As aggregate interest increased, key hedge funds were leading the bulls’ herd. Diametric Capital, managed by Nick Thakore, established the largest position in Surgalign Holdings, Inc. (NASDAQ:SRGA). Diametric Capital had $0.5 million invested in the company at the end of the quarter. Roger Ibbotson’s Zebra Capital Management also initiated a $0 million position during the quarter. The only other fund with a new position in the stock is Ryan Tolkin (CIO)’s Schonfeld Strategic Advisors.
Let’s go over hedge fund activity in other stocks – not necessarily in the same industry as Surgalign Holdings, Inc. (NASDAQ:SRGA) but similarly valued. These stocks are Strongbridge Biopharma plc (NASDAQ:SBBP), Tanzanian Gold Corporation (NYSE:TRX), Fonar Corporation (NASDAQ:FONR), BELLUS Health Inc. (NASDAQ:BLU), Exagen Inc. (NASDAQ:XGN), Bassett Furniture Industries Inc. (NASDAQ:BSET), and BCB Bancorp, Inc. (NASDAQ:BCBP). This group of stocks’ market caps match SRGA’s market cap.

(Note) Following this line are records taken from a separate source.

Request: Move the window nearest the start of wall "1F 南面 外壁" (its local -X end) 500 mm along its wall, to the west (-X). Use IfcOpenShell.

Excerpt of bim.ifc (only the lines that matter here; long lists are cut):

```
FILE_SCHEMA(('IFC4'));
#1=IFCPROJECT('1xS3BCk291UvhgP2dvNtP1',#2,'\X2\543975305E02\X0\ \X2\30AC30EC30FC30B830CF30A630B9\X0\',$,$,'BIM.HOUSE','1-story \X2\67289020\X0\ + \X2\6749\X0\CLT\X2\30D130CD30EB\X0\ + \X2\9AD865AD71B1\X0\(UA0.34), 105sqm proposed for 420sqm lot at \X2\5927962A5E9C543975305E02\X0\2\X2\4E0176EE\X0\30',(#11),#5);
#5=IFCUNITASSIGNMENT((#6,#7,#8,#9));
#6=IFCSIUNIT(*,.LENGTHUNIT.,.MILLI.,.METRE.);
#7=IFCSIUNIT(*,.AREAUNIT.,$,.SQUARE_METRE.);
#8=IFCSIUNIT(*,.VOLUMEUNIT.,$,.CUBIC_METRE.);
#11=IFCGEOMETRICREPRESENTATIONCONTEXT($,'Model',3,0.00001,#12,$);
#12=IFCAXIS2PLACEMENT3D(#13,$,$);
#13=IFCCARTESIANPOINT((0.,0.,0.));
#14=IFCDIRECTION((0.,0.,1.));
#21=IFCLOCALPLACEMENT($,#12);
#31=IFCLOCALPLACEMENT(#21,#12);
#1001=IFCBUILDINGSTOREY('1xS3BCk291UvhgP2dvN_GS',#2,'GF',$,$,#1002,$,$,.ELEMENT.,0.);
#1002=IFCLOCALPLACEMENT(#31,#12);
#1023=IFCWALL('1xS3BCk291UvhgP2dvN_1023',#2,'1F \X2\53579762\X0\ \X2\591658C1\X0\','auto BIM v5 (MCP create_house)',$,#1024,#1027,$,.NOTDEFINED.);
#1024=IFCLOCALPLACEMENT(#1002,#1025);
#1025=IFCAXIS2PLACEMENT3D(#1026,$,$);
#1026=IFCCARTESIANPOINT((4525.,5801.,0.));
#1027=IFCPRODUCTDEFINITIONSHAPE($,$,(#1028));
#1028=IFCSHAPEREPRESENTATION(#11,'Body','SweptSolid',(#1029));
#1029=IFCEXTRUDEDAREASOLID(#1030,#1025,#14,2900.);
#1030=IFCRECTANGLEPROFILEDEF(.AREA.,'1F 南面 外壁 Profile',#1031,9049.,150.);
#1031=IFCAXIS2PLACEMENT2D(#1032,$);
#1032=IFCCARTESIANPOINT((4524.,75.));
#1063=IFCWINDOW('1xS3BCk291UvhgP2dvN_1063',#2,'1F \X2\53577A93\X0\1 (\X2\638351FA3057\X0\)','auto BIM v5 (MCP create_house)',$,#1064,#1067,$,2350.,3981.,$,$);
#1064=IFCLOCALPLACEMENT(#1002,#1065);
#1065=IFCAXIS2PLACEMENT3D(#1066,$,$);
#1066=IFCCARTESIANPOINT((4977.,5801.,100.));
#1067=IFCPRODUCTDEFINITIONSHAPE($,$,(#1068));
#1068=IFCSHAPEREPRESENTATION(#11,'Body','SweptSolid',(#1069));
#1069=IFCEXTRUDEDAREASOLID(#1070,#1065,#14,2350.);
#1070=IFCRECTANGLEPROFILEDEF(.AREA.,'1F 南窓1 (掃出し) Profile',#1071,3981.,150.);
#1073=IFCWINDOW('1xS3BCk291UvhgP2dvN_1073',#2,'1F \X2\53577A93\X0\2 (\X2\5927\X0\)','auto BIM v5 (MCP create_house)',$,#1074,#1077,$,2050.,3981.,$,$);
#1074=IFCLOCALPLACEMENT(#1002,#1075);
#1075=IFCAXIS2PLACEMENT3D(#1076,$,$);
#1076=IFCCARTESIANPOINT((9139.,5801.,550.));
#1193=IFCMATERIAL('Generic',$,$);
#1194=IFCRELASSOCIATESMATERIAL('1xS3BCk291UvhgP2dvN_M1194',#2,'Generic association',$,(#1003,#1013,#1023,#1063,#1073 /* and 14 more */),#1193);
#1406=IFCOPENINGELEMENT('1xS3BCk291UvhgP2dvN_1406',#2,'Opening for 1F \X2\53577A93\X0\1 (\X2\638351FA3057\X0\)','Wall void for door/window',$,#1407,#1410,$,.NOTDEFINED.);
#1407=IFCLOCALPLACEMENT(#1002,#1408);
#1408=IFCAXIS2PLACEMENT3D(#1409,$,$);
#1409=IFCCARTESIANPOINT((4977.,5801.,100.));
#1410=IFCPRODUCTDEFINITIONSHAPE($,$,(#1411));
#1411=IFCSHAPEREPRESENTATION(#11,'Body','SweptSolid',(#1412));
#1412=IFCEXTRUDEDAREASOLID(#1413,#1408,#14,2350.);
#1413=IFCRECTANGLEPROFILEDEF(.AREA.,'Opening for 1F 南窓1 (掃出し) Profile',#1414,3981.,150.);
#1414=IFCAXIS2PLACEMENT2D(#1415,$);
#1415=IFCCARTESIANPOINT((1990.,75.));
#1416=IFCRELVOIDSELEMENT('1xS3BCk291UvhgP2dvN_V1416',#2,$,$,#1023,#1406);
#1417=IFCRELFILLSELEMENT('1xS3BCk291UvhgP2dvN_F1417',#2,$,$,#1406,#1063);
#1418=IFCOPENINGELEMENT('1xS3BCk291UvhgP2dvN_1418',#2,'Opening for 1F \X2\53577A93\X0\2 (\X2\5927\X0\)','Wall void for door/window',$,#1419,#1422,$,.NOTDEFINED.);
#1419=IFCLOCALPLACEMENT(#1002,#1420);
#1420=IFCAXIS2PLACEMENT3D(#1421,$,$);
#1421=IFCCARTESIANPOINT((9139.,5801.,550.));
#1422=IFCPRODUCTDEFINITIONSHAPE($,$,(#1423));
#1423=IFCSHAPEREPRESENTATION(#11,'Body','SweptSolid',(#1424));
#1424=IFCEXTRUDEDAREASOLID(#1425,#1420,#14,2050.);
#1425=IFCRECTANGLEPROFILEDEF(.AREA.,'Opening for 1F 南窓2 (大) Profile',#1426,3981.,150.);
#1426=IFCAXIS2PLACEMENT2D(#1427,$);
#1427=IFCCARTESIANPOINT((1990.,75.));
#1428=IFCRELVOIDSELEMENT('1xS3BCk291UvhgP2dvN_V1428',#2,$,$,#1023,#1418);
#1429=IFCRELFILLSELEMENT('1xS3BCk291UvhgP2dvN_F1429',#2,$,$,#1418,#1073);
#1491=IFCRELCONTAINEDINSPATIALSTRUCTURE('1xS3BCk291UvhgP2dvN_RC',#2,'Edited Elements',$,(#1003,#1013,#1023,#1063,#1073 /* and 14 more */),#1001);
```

```python
import ifcopenshell
import ifcopenshell.api.geometry
import ifcopenshell.util.placement

model = ifcopenshell.open("bim.ifc")

window = model.by_guid("1xS3BCk291UvhgP2dvN_1063")
opening = window.FillsVoids[0].RelatingOpeningElement
wall = opening.VoidsElements[0].RelatingBuildingElement

wall_matrix = ifcopenshell.util.placement.get_local_placement(wall.ObjectPlacement)
shift = wall_matrix[:3, 0] * -500.0
before = ifcopenshell.util.placement.get_local_placement(window.ObjectPlacement)[:3, 3].copy()

# The window is not placed relative to its opening, so move both.
for product in (opening, window):
    matrix = ifcopenshell.util.placement.get_local_placement(product.ObjectPlacement)
    matrix[:3, 3] += shift
    ifcopenshell.api.geometry.edit_object_placement(model, product=product, matrix=matrix, is_si=False)

after = ifcopenshell.util.placement.get_local_placement(window.ObjectPlacement)[:3, 3]
print("window moved by", (after - before).round(3) + 0.0)

model.write("bim-out.ifc")
```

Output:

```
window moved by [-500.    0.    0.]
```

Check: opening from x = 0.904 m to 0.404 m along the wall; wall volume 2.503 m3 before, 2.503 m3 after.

|Ticker||No of HFs with positions||Total Value of HF Positions (x1000)||Change in HF Position|
View table here if you experience formatting issues.
As you can see these stocks had an average of 5.1 hedge funds with bullish positions and the average amount invested in these stocks was $15 million. That figure was $11 million in SRGA’s case. Strongbridge Biopharma plc (NASDAQ:SBBP) is the most popular stock in this table. On the other hand Exagen Inc. (NASDAQ:XGN) is the least popular one with only 1 bullish hedge fund positions. Surgalign Holdings, Inc. (NASDAQ:SRGA) is not the most popular stock in this group but hedge fund interest is still above average. Our overall hedge fund sentiment score for SRGA is 81.4. Stocks with higher number of hedge fund positions relative to other stocks as well as relative to their historical range receive a higher sentiment score. Our calculations showed that top 20 most popular stocks among hedge funds returned 41.3% in 2019 and outperformed the S&P 500 ETF (SPY) by 10 percentage points. These stocks gained 32.9% in 2020 through December 8th and still beat the market by 16.2 percentage points. Hedge funds were also right about betting on SRGA as the stock returned 33.7% since the end of Q3 (through 12/8) and outperformed the market. Hedge funds were rewarded for their relative bullishness.